To do: Please find the number of lines in the material below where the string "IFCSHAPEREPRESENTATION" occurs, and give only that number.

Material provided:
————

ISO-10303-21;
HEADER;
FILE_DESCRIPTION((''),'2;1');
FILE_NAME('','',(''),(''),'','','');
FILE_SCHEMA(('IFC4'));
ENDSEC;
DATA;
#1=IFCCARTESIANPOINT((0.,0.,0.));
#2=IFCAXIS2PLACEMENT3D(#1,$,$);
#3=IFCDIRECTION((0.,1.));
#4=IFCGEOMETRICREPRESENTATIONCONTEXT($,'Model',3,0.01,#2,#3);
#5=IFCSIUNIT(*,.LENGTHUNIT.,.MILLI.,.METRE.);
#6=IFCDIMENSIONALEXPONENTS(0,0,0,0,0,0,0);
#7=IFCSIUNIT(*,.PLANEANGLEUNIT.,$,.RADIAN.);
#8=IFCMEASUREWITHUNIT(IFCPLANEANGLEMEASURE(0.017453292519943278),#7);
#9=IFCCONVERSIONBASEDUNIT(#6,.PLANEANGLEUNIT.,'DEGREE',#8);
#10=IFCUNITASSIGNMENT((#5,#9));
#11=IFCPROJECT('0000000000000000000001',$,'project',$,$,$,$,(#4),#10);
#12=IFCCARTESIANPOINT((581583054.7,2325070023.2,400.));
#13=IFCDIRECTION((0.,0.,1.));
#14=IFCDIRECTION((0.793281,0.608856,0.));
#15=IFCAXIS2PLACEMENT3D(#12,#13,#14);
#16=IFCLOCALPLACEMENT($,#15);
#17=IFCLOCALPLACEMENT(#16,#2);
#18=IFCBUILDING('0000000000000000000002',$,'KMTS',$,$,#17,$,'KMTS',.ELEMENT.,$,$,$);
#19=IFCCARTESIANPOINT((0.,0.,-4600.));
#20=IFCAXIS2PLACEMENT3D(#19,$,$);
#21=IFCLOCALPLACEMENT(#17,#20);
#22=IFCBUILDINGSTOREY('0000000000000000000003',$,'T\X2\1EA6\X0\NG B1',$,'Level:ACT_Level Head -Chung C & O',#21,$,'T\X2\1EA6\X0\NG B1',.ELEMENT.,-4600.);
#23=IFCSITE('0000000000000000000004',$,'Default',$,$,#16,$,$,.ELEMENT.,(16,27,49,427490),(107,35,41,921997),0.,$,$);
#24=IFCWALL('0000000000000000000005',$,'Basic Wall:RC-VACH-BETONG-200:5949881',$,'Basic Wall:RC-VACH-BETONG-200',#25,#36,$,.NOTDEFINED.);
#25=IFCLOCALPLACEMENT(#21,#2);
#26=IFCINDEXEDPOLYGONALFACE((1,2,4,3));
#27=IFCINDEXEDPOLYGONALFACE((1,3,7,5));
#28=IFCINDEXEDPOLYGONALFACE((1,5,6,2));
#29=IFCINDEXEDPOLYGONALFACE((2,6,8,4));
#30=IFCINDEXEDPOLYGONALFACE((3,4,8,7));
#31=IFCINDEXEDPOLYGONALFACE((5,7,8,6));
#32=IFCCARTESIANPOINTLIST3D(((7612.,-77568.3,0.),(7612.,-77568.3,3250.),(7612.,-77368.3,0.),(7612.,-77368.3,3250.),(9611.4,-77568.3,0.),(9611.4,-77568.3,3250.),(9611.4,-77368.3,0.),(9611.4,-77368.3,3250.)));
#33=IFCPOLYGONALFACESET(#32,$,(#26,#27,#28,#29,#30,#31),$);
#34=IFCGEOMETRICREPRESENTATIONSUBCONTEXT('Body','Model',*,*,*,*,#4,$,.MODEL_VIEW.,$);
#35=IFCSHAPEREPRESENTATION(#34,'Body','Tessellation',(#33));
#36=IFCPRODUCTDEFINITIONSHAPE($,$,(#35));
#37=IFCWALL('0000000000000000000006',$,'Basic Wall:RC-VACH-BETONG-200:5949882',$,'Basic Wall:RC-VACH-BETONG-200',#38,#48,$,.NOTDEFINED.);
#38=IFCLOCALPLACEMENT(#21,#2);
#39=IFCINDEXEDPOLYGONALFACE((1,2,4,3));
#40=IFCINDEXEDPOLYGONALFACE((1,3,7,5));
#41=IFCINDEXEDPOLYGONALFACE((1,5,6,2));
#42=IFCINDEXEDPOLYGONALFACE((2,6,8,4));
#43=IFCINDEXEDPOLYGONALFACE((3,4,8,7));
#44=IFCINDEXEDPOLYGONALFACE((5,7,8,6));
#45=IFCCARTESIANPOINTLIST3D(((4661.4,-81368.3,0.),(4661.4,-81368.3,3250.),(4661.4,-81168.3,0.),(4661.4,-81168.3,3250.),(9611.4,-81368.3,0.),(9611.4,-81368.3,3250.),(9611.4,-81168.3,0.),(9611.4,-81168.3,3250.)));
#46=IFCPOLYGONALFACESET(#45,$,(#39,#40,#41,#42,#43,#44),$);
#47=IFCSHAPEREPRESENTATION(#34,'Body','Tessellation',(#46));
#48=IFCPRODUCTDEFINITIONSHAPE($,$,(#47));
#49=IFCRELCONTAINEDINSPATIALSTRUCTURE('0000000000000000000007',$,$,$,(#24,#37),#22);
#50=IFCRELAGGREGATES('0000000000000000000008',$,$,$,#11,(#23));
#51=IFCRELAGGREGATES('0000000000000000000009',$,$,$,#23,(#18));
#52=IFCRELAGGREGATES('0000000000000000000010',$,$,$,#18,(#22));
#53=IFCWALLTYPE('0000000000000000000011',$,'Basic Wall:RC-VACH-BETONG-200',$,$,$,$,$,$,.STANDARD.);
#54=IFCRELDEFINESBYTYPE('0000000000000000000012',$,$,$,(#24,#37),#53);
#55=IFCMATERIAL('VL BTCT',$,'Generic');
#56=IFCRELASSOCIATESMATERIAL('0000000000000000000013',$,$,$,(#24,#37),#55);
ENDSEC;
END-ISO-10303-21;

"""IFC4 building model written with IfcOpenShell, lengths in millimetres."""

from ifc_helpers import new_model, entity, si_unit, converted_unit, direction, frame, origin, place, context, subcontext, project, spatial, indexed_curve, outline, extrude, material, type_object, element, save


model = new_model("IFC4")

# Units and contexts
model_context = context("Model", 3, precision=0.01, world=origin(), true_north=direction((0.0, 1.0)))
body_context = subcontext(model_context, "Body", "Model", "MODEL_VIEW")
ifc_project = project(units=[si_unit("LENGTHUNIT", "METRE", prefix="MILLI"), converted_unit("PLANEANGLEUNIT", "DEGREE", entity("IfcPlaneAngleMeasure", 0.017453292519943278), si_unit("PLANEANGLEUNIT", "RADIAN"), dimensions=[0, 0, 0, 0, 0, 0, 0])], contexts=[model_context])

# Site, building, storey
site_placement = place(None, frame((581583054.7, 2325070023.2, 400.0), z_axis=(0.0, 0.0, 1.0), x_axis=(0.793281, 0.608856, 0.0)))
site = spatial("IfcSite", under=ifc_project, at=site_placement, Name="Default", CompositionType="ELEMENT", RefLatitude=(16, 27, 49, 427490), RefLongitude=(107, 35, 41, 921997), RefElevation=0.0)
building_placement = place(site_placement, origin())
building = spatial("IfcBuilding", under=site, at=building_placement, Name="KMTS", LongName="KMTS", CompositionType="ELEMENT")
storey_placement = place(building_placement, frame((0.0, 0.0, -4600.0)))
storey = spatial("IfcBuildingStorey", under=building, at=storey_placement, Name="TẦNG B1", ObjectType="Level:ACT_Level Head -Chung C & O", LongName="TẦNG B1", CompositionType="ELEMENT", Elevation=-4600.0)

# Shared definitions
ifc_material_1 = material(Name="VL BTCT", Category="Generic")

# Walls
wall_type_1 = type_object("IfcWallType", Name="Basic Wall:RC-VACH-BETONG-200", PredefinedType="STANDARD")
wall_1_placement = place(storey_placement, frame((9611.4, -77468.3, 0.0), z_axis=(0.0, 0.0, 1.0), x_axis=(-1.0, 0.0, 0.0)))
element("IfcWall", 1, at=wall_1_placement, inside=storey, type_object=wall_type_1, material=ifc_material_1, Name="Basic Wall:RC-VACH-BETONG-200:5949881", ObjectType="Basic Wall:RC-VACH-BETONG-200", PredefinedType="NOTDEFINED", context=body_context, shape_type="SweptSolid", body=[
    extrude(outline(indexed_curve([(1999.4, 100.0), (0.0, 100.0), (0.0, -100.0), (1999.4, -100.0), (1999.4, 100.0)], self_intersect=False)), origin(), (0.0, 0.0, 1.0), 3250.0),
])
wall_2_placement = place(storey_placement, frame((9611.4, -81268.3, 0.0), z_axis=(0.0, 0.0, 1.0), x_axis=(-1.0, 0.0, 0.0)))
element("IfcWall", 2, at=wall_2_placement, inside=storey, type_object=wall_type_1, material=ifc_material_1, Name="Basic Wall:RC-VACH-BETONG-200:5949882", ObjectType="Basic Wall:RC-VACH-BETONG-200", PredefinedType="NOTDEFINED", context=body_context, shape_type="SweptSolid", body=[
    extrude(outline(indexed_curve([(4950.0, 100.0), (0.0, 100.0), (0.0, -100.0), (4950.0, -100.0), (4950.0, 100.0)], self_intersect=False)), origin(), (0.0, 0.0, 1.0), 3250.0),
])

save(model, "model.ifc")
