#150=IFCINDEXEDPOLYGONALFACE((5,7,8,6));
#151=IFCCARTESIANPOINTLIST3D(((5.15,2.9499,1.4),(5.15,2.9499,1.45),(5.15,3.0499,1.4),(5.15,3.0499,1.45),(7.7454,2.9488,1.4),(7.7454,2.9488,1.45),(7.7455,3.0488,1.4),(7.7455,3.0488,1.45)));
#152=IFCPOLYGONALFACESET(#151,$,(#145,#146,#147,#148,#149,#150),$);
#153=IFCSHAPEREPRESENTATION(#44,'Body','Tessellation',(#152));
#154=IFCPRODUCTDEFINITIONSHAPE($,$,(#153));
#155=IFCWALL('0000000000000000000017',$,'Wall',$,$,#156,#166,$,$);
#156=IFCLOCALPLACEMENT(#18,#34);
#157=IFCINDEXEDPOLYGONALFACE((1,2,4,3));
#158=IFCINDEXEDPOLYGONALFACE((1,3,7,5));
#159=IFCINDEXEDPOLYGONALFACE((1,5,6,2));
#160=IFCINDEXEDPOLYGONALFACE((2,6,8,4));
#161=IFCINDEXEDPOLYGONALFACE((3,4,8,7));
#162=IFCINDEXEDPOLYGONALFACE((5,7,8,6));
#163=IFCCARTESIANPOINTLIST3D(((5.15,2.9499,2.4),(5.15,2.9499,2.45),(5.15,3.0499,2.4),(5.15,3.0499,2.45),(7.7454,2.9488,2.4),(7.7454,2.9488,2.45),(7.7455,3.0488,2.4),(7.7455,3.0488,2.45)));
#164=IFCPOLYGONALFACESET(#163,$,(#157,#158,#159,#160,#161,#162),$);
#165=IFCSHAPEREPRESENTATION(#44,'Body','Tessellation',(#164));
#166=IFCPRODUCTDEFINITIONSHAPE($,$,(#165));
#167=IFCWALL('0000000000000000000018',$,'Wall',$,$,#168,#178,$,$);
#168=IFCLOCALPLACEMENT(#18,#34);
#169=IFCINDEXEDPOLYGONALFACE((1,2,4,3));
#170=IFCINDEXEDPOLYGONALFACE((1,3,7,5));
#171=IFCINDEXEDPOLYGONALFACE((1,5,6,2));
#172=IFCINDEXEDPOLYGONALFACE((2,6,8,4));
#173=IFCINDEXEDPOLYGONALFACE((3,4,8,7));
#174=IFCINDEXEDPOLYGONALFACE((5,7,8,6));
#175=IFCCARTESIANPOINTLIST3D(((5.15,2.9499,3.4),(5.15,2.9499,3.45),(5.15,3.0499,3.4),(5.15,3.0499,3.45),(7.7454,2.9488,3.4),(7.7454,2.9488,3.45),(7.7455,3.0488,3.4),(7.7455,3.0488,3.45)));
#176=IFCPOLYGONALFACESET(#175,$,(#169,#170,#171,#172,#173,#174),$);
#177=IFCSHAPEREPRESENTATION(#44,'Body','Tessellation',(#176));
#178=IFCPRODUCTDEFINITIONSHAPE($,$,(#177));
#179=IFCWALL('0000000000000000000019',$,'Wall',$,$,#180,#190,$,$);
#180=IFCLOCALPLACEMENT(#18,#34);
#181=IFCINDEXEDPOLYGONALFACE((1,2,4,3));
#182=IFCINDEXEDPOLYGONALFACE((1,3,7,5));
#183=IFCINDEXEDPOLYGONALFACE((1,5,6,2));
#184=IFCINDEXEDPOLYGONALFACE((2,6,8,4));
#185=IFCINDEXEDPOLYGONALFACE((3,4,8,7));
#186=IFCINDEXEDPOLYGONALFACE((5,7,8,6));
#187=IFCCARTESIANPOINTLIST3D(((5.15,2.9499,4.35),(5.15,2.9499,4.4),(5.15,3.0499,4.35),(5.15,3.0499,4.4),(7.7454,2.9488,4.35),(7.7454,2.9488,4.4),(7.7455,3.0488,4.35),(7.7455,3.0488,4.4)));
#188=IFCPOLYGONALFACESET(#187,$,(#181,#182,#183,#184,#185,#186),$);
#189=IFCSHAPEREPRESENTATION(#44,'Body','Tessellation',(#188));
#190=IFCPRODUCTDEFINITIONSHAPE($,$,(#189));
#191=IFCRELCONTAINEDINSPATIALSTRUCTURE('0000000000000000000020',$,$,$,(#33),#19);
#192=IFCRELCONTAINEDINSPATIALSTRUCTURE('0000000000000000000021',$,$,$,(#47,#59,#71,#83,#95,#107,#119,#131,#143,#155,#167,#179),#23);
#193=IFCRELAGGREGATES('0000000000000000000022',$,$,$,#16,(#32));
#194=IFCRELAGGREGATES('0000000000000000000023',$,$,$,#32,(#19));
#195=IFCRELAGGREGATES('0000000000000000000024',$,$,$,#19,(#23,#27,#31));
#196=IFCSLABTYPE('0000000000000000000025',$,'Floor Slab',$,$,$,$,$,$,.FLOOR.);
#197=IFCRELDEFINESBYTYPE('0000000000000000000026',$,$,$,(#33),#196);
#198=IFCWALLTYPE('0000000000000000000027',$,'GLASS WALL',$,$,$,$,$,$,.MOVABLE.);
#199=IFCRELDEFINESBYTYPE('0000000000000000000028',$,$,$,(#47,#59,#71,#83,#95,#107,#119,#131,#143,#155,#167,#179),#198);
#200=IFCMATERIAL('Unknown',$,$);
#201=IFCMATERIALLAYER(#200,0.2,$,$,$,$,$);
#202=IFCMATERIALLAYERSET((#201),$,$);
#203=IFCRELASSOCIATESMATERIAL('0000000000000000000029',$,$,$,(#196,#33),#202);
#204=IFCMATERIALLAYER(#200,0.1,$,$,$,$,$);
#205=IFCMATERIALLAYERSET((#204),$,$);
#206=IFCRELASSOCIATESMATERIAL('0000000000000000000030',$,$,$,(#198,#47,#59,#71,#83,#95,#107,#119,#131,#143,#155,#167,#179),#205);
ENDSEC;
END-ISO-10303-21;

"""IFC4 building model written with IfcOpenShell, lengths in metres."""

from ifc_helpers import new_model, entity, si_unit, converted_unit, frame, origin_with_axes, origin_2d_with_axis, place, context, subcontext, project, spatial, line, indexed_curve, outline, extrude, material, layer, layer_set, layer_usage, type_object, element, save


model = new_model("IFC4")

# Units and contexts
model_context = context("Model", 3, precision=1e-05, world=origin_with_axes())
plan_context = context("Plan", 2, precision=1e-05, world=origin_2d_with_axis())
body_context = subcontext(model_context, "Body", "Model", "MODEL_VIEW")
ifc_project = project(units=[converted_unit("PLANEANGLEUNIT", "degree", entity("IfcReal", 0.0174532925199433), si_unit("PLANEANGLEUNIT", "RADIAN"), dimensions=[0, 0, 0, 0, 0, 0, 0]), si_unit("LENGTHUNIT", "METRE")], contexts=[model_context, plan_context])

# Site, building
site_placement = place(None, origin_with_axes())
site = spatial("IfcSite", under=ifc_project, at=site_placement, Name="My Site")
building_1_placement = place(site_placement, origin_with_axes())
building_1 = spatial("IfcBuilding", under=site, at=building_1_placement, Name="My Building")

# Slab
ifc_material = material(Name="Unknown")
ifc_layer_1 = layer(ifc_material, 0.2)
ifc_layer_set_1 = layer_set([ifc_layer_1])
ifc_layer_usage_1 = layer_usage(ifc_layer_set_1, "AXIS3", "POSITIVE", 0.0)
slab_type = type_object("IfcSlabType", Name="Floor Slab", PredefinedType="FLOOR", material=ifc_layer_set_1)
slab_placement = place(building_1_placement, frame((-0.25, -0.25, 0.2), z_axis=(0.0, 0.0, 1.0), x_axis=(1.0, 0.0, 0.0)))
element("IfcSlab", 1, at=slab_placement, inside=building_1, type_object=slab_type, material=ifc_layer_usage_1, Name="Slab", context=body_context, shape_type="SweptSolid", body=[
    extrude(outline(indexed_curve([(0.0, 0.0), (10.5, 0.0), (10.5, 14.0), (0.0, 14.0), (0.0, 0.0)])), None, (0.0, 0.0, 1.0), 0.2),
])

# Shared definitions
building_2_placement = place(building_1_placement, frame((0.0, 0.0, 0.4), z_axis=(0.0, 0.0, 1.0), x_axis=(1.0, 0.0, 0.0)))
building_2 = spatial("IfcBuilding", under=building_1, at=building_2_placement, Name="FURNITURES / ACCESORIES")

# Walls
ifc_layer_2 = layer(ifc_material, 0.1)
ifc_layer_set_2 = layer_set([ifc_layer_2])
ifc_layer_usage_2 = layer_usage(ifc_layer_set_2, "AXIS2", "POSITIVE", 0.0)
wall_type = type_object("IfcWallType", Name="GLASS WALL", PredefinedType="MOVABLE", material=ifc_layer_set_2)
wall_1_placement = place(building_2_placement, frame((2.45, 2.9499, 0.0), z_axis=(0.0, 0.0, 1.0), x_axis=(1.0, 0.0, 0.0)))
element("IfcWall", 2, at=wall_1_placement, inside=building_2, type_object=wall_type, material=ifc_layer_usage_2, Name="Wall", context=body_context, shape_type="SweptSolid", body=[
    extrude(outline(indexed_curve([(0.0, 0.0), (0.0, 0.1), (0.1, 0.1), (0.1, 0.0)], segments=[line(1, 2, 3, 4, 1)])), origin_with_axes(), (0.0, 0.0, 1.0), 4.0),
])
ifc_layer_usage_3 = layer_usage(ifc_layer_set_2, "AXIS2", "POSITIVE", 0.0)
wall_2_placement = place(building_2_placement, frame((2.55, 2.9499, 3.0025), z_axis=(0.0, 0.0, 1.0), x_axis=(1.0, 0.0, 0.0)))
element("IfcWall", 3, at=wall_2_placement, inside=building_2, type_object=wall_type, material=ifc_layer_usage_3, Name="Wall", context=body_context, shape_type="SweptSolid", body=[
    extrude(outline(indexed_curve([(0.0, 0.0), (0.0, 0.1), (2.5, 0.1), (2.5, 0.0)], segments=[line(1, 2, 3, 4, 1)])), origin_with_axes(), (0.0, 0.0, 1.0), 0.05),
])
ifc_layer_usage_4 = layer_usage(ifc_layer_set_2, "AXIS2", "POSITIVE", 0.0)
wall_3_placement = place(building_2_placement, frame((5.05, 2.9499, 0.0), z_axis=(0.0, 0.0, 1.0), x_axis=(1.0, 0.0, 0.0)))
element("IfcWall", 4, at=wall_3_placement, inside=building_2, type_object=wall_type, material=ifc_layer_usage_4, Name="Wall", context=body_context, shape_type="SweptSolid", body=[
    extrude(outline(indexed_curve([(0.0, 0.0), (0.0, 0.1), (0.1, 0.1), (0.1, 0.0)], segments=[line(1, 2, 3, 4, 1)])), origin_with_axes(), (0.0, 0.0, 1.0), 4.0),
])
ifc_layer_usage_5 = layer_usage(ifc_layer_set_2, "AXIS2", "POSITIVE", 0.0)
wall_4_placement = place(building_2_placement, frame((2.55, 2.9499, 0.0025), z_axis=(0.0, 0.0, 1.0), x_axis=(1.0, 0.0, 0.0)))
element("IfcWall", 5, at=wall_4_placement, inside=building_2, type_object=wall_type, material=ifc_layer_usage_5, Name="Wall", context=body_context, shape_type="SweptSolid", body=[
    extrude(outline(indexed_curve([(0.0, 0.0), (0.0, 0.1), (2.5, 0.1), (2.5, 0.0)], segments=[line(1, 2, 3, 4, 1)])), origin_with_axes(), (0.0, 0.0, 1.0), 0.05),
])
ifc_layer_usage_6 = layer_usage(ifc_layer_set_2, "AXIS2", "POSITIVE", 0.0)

————

Your response: 6